Carapace as long as wide; dorsal surface granulose, with some scattered spines and small spinules with short uniramous setae and without transverse ridges; few and short setae along anterior branch of cervical groove; posterior margin with some spines; rostrum spiniform, upturned distally, larger and thicker than supraocular spines; supraocular spines small, clearly not reaching midlength of rostrum and falling short the end of corneae; margin between rostral and supraocular spines straight or slightly concave; anterolateral spines well developed situated at front near anterolateral angles, reaching the level between rostrum and supraocular spines; lateral margins with some spines. Eyes large, maximum corneal diameter about half distance between bases of anterolateral spines. Lateral margin of antennular article 1 with distal slender portion about half as long as proximal inflated portion, with 2 distal spines. Antennal peduncle with anterior prolongation of article 1 spiniform; article 2 with distomesial spine long, almost reaching end of anterior prolongation of article 1. P1–P4 long and slender, squamate; P2–P4 dactyli slender, curved and unarmed along flexor margin. Male gonopods only present on the second abdominal somites.
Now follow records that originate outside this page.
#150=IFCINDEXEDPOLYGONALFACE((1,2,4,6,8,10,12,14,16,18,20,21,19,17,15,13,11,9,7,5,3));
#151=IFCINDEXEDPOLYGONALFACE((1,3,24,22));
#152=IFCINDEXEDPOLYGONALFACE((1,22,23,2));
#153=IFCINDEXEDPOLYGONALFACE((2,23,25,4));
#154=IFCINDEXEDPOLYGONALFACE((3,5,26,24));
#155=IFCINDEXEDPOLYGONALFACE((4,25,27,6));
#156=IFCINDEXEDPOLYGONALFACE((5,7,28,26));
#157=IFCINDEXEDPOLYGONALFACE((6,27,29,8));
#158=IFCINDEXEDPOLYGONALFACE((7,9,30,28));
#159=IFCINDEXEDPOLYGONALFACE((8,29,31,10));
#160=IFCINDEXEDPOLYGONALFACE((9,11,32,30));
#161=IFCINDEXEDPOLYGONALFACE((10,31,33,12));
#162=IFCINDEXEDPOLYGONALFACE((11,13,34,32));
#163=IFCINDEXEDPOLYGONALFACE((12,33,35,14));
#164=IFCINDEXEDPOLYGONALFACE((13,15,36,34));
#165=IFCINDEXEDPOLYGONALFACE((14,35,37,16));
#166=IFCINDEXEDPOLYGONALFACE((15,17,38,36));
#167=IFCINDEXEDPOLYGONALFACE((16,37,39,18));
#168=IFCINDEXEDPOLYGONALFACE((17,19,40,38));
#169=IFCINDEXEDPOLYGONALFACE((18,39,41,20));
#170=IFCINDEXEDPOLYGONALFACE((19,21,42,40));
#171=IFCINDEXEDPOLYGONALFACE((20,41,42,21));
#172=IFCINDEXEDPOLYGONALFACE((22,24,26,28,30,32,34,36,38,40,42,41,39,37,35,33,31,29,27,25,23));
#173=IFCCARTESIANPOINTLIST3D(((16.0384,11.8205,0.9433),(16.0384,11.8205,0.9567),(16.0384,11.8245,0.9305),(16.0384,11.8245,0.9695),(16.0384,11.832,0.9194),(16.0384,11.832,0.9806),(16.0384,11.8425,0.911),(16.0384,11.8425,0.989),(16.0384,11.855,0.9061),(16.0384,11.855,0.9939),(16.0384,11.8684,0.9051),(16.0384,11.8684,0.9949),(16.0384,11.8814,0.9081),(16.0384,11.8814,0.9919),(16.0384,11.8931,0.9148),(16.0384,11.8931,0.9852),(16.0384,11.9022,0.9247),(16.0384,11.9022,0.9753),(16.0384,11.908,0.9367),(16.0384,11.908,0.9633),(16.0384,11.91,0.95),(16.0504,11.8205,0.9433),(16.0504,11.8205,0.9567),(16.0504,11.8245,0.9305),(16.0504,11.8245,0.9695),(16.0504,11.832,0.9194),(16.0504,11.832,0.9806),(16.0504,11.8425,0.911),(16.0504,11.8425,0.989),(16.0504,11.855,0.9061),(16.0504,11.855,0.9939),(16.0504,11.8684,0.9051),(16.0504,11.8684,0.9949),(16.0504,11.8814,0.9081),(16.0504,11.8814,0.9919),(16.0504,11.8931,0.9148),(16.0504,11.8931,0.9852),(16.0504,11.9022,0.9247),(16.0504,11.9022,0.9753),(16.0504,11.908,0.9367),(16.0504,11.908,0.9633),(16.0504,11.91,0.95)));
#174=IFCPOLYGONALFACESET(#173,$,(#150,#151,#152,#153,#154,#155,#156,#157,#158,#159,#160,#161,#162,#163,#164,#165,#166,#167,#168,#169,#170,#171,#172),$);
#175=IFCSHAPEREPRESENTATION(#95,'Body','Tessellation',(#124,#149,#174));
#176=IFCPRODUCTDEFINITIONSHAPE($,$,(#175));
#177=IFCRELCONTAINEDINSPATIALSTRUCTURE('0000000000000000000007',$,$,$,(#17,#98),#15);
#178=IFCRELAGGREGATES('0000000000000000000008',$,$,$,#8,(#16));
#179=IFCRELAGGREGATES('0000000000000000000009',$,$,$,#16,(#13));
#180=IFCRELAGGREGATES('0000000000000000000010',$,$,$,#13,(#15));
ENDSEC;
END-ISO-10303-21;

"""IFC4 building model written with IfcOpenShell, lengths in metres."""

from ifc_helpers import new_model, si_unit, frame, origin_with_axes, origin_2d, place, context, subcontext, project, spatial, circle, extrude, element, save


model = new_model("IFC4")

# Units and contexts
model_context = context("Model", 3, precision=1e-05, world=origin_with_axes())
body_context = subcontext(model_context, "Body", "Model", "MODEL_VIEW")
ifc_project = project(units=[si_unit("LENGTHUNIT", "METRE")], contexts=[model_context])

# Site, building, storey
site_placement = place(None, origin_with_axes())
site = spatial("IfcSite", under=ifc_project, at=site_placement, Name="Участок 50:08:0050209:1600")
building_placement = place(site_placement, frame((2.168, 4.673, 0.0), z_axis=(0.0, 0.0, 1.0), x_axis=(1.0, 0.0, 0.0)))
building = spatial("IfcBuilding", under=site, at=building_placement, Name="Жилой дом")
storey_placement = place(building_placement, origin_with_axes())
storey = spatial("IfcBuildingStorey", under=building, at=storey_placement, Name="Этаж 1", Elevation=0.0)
The generic name Hendersonida acknowledges the meaningful contributions of John Robertson Henderson (1863–1925) to the field of crustacean taxonomy. Gender: feminine.
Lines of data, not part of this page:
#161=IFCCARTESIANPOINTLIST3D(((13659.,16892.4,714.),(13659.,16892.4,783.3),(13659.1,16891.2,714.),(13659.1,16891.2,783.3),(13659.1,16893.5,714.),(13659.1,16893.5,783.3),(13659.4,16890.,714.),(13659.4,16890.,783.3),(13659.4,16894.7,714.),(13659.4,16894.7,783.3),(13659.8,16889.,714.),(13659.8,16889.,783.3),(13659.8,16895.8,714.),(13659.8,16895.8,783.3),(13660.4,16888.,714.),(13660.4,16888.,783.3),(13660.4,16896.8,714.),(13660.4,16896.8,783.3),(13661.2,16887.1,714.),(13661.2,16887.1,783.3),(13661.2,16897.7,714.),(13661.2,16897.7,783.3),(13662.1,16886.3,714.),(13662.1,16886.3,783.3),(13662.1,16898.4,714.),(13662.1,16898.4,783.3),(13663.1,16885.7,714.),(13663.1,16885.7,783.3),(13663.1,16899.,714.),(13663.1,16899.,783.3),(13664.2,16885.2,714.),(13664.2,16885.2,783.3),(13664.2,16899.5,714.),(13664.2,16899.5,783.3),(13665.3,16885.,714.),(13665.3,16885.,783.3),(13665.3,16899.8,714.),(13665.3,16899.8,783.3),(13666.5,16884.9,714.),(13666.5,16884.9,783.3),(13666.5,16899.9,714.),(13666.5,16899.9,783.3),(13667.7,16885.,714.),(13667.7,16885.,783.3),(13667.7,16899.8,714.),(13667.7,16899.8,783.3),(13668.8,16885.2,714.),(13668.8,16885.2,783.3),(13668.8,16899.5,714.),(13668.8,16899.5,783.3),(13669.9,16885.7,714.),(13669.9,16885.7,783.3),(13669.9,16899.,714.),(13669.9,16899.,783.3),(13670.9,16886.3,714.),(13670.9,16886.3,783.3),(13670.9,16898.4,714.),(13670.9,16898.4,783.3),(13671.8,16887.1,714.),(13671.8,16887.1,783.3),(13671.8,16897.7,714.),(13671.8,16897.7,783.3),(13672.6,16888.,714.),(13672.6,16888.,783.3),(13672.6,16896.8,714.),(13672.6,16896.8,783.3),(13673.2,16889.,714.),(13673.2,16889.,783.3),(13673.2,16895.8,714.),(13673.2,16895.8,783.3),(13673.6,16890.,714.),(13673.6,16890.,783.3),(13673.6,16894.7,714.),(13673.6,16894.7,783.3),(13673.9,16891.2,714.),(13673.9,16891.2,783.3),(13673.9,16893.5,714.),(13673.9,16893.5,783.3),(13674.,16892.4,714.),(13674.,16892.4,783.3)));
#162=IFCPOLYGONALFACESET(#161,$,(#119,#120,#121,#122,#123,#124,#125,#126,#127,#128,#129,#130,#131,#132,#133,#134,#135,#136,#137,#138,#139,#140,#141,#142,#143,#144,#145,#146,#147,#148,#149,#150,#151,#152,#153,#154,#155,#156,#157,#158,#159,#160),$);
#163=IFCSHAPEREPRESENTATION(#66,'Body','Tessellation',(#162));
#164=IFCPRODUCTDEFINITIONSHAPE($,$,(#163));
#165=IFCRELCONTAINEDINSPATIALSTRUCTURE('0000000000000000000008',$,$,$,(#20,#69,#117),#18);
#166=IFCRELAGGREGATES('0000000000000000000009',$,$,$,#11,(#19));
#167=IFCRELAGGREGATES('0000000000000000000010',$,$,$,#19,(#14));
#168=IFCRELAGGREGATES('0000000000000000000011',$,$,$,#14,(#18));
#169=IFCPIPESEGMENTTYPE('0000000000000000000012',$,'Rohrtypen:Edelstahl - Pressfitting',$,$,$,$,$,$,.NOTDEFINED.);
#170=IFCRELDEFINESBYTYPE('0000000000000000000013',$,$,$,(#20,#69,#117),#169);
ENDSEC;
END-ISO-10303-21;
The carapace dorsal surface devoid of distinct transverse ridges or striae, the rostral spine broad at base, the antennal peduncle with a well-developed anterior prolongation of article 1 and the male gonopods absent from the first abdominal link this new genus to Paramunida Baba, 1988. This close relationship has been confirmed by molecular evidence that have rendered this new genus as the sister group of Paramunida (Cabezas et al. 2012, Cabezas and Chan 2014). Hendersonida gen. n. may be easily differentiated from Paramunida by having the dorsal surface of the carapace covered by granules and the distomesial spine of the antennal article 2 almost reaching the end of anterior prolongation of article 1. The genus contains one species.
- Cabezas, P; Macpherson, E; 2014: A new species of Paramunida Baba, 1988 from the Central Pacific Ocean and a new genus to accommodate P. granulata (Henderson, 1885) ZooKeys, 425: 15-32. doi
- Cabezas P, Sanmartín I, Paulay G, Macpherson E, Machordom A (2012) Deep under the sea: unraveling the evolutionary history of the dep-sea squat lobster Paramunida (Decapoda: Munididae). Evolution 66: 1878–1896. doi: 10.1111/j.1558-5646.2011.01560.x
- Cabezas P, Chan T (2014) Deep-sea squat lobsters of the genus Paramunida Baba, 1988 (Crustacea: Decapoda: Munididae) from the Philippines Panglao 2004, Panglao 2005 and Aurora 2007 expeditions, with the description of three new species. Raffles Bulletin of Zoology 62: 302–316.